I have a great weekend planned… I will be hanging with  my fabulous friends and am scheduled to drink just a tiny bit too much on Sunday (Customer Appreciation party at my favorite restaurant…. gotta go!!!)..

Lastly, I didn’t get much work done, which means I have to get up very early tomorrow to get it done.  It’s a small price to pay for the time spent today re-energizing my mind, body, and soul.

Love In the City Weekend.

So, I had a fabulous weekend.  I spent the night in the great city of San Francisco with my best girlfriends.  It was a Sex In the City weekend, but we were keeping it PG-13 …   the Queen tells her kids that she is watching Love in The City (she has two boys…  ).. so thus, a Love In The City Weekend for all of us fabulous gals!

We went in on Saturday, shopped, cocktailed, dined, and danced the night away…  so many great things happened, the highlights are below:

  • Our Accommodations were lovely.  The Prescott Hotel.  Love this hotel – the rooms are small, but have a lot of character AND the staff are just so damn nice and the location is perfect for our outing.   We stayed on the club level floor… and had all the perks that movie stars receive.  My only recommendation to you as a guest is to bring your own toilet paper. The toilet paper is awful. My advice to Prescott, UPGRADE YOUR TP!!!!   It shouldn’t be so bad given that you are a more upscale boutique hotel. 
  • My friends are awesome.  Lordy, these ladies are a good time.  We shared stories, laughed a ton, and just reconnected.  We do these get-togethers once or twice a year, and they are absolutely the most fulfilling and fun trips.
  • Adventures were to be had.  Boy o’ boy we ladies know how to have a good time!!  If you ever run into me, ask me about the following:
    • “I want VIP, I’ve got $50”.  This is the exact statement said by one of the ladies as we regrouped to figure out what we were doing next.  She said it the hotel concierge – at midnight…    he actually volunteered to walk us to a club a few blocks away to make sure we got VIP treatment.   🙂  We did NOT go to this club… 
    • Pizza, Pizza, Pizza.  One of the ladies was starving and demanded pizza.  Which is great – she needs to eat (if she wasn’t so damn nice, you would hate her because she is so damn beautiful and has a very slender, lanky, perfect body).  Anyway, we went to eat pizza…  at midnight.   The funniest thing about this is that the next morning, she joined us for breakfast, she said, “whose bright idea was it to go eat another meal at midnight”?  Ummm… yeah… we had to let her know, after we all snorted coffee out of noses when we burst out laughing, that it was indeed her bright idea. 
    • Dancing Queens.  I love my dear friend Jewels.  She and I are always up for a good dance.  Doesn’t matter where we are or what the style of dance is… I can count on her to get out on the dance floor and cut a rug with me.  I’ve always thought that the floor isn’t just for couples or people who have dates.. it’s for everyone. Even the single girl who loves to dance!  Jewels feels the same – no need to wait for someone to ask – move it, shake it, white-board it!!  🙂

I will write when I feel like it.  I’m tired… it was a long day today.  Good news is that I found a pair of fabulous sexy shoes (on sale at a discount designer clothing store… o.k. peeps, its Loehmanns!  I love this store)  and my front lawn sprinklers are working again.  Saved the grass in the nick of time! 

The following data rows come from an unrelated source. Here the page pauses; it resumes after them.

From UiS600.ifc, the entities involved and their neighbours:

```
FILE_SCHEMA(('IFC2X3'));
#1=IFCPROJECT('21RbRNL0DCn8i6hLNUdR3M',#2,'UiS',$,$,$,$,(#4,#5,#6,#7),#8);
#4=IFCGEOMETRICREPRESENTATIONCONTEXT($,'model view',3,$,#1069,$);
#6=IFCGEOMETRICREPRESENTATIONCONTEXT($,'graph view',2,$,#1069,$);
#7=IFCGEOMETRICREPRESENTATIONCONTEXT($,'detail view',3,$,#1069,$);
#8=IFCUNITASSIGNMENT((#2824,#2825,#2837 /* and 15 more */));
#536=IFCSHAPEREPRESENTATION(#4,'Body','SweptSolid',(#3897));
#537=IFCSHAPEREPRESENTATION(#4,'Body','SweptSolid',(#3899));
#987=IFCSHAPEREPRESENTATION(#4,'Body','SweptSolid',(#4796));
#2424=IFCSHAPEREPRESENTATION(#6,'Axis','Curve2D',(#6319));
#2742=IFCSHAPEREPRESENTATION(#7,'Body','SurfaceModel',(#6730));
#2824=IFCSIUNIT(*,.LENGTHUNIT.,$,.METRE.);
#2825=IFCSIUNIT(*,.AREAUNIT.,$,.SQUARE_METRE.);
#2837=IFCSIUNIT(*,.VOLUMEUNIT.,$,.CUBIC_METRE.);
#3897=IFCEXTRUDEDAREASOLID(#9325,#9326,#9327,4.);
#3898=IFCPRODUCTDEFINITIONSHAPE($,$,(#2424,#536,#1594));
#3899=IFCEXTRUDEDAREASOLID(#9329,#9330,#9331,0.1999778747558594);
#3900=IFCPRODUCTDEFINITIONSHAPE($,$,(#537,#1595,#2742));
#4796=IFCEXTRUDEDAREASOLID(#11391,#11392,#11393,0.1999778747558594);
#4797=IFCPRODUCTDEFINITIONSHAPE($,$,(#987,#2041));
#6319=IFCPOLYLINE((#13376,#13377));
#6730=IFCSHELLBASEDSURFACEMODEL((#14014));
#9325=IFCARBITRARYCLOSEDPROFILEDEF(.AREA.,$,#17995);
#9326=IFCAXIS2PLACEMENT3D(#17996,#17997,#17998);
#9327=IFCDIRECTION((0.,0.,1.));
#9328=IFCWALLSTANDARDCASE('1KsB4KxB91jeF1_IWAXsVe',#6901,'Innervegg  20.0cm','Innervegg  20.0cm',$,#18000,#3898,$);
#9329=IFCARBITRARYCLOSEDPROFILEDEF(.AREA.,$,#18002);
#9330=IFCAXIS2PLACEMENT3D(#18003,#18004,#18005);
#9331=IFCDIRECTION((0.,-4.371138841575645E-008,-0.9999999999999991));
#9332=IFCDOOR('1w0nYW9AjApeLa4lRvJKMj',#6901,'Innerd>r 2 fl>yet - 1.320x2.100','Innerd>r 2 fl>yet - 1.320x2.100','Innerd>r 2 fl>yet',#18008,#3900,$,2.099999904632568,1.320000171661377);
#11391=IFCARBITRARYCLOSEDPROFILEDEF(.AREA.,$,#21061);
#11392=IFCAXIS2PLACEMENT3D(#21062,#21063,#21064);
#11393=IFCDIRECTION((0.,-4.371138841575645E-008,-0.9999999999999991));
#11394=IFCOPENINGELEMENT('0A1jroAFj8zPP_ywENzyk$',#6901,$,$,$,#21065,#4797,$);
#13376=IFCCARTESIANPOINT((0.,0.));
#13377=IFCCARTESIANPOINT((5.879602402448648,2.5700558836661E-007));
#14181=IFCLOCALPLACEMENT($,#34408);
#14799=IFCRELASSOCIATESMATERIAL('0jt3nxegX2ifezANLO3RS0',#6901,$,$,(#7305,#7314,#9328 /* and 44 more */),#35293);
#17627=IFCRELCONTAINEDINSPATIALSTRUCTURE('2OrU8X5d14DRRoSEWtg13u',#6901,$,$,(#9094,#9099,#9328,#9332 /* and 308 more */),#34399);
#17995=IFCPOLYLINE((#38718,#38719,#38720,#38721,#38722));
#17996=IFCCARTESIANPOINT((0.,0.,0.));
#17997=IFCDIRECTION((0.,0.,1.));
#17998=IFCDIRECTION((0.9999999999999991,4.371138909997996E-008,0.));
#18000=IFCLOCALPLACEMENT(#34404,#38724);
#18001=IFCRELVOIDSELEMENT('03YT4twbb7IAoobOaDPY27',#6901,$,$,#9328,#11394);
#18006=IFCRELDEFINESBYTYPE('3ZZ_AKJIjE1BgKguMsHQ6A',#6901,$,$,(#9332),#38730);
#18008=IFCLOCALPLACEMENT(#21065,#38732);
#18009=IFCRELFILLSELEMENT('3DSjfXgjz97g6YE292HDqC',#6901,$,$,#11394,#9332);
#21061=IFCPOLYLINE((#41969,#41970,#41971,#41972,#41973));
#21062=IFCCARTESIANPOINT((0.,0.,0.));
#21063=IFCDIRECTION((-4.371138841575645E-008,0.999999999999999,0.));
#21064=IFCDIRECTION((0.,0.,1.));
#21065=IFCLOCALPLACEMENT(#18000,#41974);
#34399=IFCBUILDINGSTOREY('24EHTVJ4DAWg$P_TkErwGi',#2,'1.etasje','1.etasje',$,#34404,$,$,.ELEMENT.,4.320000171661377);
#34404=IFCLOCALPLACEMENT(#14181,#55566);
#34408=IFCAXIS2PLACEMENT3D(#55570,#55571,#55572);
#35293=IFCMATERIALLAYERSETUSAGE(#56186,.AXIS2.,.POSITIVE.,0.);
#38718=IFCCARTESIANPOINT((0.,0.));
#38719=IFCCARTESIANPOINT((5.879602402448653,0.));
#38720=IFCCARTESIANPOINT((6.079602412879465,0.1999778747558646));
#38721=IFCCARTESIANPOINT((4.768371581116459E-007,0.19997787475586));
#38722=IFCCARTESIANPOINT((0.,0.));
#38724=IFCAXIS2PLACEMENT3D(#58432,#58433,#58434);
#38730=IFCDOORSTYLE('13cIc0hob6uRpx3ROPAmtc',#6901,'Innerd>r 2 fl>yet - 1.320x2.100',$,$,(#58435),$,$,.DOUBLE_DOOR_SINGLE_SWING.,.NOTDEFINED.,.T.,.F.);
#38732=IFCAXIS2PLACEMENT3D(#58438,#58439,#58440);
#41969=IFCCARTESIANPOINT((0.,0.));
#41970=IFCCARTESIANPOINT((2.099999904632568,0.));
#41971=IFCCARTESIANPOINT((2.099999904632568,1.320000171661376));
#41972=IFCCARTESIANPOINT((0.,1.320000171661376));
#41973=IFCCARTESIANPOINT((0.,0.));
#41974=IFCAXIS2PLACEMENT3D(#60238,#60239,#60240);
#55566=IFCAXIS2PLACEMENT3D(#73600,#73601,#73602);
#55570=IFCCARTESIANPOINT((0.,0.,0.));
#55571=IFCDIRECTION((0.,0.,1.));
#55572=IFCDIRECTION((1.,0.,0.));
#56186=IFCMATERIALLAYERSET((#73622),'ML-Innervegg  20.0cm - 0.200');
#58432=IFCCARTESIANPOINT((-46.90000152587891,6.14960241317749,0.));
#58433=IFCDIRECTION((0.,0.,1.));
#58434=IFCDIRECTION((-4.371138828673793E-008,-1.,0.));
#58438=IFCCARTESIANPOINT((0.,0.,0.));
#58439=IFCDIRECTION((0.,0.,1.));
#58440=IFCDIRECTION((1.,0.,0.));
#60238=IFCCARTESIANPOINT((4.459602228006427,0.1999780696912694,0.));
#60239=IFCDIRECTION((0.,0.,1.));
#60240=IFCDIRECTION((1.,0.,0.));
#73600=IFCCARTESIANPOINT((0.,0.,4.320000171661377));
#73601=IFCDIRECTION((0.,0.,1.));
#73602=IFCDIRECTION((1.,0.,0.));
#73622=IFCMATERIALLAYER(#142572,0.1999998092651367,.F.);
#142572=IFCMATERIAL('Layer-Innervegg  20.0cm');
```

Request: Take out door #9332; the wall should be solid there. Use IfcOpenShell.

```python
import ifcopenshell
import ifcopenshell.api.feature
import ifcopenshell.api.root
import ifcopenshell.geom
import ifcopenshell.util.shape

model = ifcopenshell.open("UiS600.ifc")
settings = ifcopenshell.geom.settings()


def volume(element):
    """Net volume in cubic metres, openings subtracted."""
    shape = ifcopenshell.geom.create_shape(settings, element)
    return ifcopenshell.util.shape.get_volume(shape.geometry)


door = model.by_guid("1w0nYW9AjApeLa4lRvJKMj")
opening = door.FillsVoids[0].RelatingOpeningElement
wall = opening.VoidsElements[0].RelatingBuildingElement
before = volume(wall)

ifcopenshell.api.root.remove_product(model, product=door)
ifcopenshell.api.feature.remove_feature(model, feature=opening)

after = volume(wall)

print(f"wall volume {before:.3f} -> {after:.3f} m3")

model.write("UiS600_updated.ifc")
```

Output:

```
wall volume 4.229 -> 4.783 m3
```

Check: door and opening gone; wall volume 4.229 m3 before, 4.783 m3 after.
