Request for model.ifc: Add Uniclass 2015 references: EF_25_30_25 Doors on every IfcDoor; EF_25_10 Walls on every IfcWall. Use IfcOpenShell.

First a look at what the model holds.

```python
import ifcopenshell

model = ifcopenshell.open("model.ifc")
print(model.schema)
print("classifications:", [c.Name for c in model.by_type("IfcClassification")])
for ifc_class in ("IfcDoor", "IfcRoof", "IfcStair", "IfcWall", "IfcWindow"):
    print(ifc_class, len(model.by_type(ifc_class)))
```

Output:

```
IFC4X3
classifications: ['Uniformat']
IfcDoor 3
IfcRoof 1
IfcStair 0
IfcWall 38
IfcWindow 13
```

```python
import ifcopenshell
import ifcopenshell.api.classification

model = ifcopenshell.open("model.ifc")

system = ifcopenshell.api.classification.add_classification(model, classification="Uniclass 2015")

codes = {
    "IfcDoor": ("EF_25_30_25", "Doors"),
    "IfcWall": ("EF_25_10", "Walls"),
}
for ifc_class, (code, name) in codes.items():
    products = model.by_type(ifc_class)
    ifcopenshell.api.classification.add_reference(
        model, products=products, classification=system, identification=code, name=name
    )
    print(code, len(products))

model.write("model_updated.ifc")
```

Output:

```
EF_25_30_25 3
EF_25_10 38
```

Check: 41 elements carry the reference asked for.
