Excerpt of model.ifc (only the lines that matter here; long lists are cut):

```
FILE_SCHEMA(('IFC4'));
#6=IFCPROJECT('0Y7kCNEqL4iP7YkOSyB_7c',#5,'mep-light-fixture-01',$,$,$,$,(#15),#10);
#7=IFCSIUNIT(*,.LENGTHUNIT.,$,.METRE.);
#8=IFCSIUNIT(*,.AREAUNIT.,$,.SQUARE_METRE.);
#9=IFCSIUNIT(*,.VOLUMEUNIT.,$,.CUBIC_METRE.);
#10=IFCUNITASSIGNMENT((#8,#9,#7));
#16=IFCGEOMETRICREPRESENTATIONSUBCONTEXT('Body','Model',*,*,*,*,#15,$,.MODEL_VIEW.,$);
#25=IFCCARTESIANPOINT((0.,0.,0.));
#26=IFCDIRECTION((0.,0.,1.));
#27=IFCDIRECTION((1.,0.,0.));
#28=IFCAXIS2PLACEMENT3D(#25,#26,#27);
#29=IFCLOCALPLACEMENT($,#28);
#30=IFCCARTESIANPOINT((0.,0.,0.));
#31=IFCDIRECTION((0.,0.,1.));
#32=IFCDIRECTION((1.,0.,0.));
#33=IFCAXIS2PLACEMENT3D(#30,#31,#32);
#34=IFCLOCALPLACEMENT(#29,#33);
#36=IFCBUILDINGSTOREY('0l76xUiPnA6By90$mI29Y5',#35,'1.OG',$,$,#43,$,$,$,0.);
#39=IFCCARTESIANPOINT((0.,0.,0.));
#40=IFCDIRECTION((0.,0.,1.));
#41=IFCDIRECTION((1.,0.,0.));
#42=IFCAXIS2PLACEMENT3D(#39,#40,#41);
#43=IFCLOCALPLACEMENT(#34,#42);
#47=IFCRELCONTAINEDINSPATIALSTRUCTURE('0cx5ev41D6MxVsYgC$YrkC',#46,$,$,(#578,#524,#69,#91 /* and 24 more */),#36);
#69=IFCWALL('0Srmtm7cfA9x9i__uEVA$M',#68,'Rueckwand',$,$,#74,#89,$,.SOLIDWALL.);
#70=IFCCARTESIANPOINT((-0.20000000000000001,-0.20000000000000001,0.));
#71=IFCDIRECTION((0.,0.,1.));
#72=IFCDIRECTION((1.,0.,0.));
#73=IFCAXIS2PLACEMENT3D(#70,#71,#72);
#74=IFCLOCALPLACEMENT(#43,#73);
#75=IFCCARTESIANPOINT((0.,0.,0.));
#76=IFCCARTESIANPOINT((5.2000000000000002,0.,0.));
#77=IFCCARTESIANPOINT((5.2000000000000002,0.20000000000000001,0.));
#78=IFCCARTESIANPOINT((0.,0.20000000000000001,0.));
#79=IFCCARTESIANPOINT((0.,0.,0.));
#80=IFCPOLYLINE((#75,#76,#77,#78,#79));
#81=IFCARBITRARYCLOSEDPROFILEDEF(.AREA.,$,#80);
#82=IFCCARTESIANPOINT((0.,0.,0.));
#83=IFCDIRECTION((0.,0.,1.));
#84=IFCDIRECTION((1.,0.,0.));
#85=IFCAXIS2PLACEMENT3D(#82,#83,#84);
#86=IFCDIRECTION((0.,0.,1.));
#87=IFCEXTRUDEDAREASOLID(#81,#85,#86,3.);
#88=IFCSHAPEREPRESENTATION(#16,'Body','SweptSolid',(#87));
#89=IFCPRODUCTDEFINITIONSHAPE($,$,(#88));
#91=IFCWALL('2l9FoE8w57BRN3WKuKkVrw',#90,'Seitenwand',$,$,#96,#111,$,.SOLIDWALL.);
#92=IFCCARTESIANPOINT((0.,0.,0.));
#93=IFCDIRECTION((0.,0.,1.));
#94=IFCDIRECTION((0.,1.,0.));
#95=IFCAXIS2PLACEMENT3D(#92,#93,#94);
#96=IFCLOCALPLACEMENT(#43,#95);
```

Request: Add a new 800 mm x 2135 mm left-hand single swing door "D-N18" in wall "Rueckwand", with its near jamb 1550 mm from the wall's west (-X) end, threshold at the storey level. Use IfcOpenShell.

```python
import numpy as np
import ifcopenshell
import ifcopenshell.api.feature
import ifcopenshell.api.geometry
import ifcopenshell.api.root
import ifcopenshell.api.spatial
import ifcopenshell.geom
import ifcopenshell.util.element
import ifcopenshell.util.placement
import ifcopenshell.util.representation
import ifcopenshell.util.shape
import ifcopenshell.util.unit

model = ifcopenshell.open("model.ifc")
unit_scale = ifcopenshell.util.unit.calculate_unit_scale(model)
settings = ifcopenshell.geom.settings()


def volume(element):
    """Net volume in cubic metres, openings subtracted."""
    shape = ifcopenshell.geom.create_shape(settings, element)
    return ifcopenshell.util.shape.get_volume(shape.geometry)


wall = model.by_guid("0Srmtm7cfA9x9i__uEVA$M")
storey = ifcopenshell.util.element.get_container(wall, ifc_class="IfcBuildingStorey")
context = ifcopenshell.util.representation.get_context(model, "Model", "Body", "MODEL_VIEW")
before = volume(wall)

width, height, from_end, sill = 0.8, 2.135, 1.55, 0.0  # metres

# The wall runs along its own X axis, and the end named is its -X end.
wall_shape = ifcopenshell.geom.create_shape(settings, wall)
x, y, z = ifcopenshell.util.shape.get_vertices(wall_shape.geometry).T
start = x.min() + from_end
face, thickness = float(y.min()), float(y.max() - y.min())
wall_matrix = ifcopenshell.util.placement.get_local_placement(wall.ObjectPlacement)
level = ifcopenshell.util.placement.get_local_placement(storey.ObjectPlacement)[2, 3]


def in_wall(x, y):
    """Placement at x, y metres in the wall's axes, at sill height."""
    matrix = wall_matrix.copy()
    matrix[:, 3] = wall_matrix @ np.array([x / unit_scale, y / unit_scale, 0.0, 1.0])
    matrix[2, 3] = level + sill / unit_scale
    return matrix


# Opening: a box that overshoots both wall faces by 50 mm.
opening = ifcopenshell.api.root.create_entity(model, ifc_class="IfcOpeningElement", predefined_type="OPENING")
box = ifcopenshell.api.geometry.add_wall_representation(
    model, context=context, length=width, height=height, thickness=thickness + 0.1
)
ifcopenshell.api.geometry.assign_representation(model, product=opening, representation=box)
ifcopenshell.api.geometry.edit_object_placement(model, product=opening, matrix=in_wall(start, face - 0.05), is_si=False)
ifcopenshell.api.feature.add_feature(model, feature=opening, element=wall)

door = ifcopenshell.api.root.create_entity(model, ifc_class="IfcDoor", name="D-N18", predefined_type="DOOR")
door.OverallWidth, door.OverallHeight = width / unit_scale, height / unit_scale
door.OperationType = "SINGLE_SWING_LEFT"
body = ifcopenshell.api.geometry.add_door_representation(
    model,
    context=context,
    overall_width=door.OverallWidth,
    overall_height=door.OverallHeight,
    operation_type="SINGLE_SWING_LEFT",
    lining_properties={"LiningDepth": thickness / unit_scale, "ThresholdDepth": thickness / unit_scale},
)
ifcopenshell.api.geometry.assign_representation(model, product=door, representation=body)
ifcopenshell.api.spatial.assign_container(model, products=[door], relating_structure=storey)
ifcopenshell.api.feature.add_filling(model, opening=opening, element=door)

# The lining spans the wall, so the door starts at the wall face.
ifcopenshell.api.geometry.edit_object_placement(model, product=door, matrix=in_wall(start, face), is_si=False)

after = volume(wall)

print(f"wall volume {before:.3f} -> {after:.3f} m3")

model.write("model_edited.ifc")
```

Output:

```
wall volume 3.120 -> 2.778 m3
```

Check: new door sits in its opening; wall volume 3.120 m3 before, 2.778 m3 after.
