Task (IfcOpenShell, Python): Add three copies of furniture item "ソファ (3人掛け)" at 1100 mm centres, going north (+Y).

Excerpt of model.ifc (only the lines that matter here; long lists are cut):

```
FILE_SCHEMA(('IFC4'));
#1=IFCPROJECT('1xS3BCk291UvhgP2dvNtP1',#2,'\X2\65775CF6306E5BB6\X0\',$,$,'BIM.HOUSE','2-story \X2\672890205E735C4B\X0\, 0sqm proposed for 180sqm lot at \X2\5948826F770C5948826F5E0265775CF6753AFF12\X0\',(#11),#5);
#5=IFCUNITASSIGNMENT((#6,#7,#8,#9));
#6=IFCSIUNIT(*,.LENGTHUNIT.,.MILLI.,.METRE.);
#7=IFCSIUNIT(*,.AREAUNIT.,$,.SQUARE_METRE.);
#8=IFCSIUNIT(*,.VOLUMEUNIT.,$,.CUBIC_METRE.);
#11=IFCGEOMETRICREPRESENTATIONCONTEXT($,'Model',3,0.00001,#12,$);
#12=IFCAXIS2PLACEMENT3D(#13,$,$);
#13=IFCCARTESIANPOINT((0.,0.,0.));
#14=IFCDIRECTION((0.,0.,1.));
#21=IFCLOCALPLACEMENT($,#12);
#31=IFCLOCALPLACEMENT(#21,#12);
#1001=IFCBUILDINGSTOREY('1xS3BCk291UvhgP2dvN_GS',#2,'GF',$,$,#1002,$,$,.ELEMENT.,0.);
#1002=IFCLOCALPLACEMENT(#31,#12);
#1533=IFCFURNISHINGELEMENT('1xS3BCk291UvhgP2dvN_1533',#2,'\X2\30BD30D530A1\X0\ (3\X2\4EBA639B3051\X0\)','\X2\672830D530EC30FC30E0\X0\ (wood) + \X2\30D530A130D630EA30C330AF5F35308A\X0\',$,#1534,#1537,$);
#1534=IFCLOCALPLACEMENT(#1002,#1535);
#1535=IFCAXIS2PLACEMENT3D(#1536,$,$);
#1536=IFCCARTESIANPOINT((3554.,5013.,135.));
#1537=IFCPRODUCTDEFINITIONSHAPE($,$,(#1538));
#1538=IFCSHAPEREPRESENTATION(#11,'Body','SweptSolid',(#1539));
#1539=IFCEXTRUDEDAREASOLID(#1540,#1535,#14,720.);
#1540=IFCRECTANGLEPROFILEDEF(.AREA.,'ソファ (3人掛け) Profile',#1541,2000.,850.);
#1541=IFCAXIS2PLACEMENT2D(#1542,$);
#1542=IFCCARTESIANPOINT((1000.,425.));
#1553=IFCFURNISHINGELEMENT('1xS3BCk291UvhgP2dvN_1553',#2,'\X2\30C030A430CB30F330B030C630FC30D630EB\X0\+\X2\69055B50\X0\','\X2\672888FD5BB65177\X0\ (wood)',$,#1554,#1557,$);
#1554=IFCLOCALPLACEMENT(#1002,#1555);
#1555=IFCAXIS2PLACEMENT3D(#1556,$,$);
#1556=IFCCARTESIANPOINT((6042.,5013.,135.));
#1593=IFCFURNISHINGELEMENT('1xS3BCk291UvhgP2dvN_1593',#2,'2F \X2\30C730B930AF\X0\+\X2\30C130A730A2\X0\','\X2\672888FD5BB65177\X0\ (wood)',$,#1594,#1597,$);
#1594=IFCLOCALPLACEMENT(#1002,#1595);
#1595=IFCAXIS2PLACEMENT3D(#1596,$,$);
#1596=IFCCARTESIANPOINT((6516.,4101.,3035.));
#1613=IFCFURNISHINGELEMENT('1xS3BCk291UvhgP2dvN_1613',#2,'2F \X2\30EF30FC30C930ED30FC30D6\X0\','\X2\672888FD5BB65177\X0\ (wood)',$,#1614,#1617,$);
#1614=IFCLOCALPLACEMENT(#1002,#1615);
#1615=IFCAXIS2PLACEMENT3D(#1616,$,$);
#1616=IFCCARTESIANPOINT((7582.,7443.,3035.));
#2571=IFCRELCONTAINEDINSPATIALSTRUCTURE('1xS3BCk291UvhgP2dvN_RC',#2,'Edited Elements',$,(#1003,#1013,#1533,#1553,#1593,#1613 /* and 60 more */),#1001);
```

```python
import numpy as np
import ifcopenshell
import ifcopenshell.api.geometry
import ifcopenshell.api.root
import ifcopenshell.util.element
import ifcopenshell.util.placement

model = ifcopenshell.open("model.ifc")


def reuse_history(source, copy):
    """copy_class also copies each property set's owner history, people and application; keep the originals."""
    for rel in copy.IsDefinedBy:
        if rel.is_a("IfcRelDefinesByProperties") and (history := rel.RelatingPropertyDefinition.OwnerHistory):
            rel.RelatingPropertyDefinition.OwnerHistory = source.OwnerHistory
            ifcopenshell.util.element.remove_deep2(model, history)


source = model.by_guid("1xS3BCk291UvhgP2dvN_1533")
base = ifcopenshell.util.placement.get_local_placement(source.ObjectPlacement)
step = np.array([0.0, 1.0, 0.0]) * 1100.0

for i in range(1, 4):
    copy = ifcopenshell.api.root.copy_class(model, product=source)
    copy.Representation = ifcopenshell.util.element.copy_deep(
        model, source.Representation, exclude=["IfcGeometricRepresentationContext", "IfcRepresentationMap"]
    )
    reuse_history(source, copy)
    matrix = base.copy()
    matrix[:3, 3] += i * step
    print("added at", matrix[:3, 3].round(3) + 0.0)
    ifcopenshell.api.geometry.edit_object_placement(model, product=copy, matrix=matrix, is_si=False)

model.write("model_v2.ifc")
```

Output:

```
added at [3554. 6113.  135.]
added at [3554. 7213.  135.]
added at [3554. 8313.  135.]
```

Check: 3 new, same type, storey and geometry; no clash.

Girls Weekend Here I Come!

So, I love it when an adventure comes together…    I’m heading to Boston for work in a few weeks, but this time I’m going to stay a weekend and visit with one of my best friends!  We had no plans to see each other 48 hours ago…. then, magic happened, of the unicorn and rainbows kind.

I woke up on Friday with an email in my inbox from my dear friend, stating she was going to be coming stateside (she currently lives in London.. I know, awesome) the first 2 weeks in April.  I read it and my heart jumped!  I too, will be on the East Coast during this time.  We Skyped, made a plan, and I just booked my ticket.  I will be heading to Boston early so that we can “do what we do” best…  hang out, catch up, have adventures, and make memories!

Now all I have to do is make arrangements with the cat sitter… and I’m good to go.  Life is very good – full of adventure … I love it!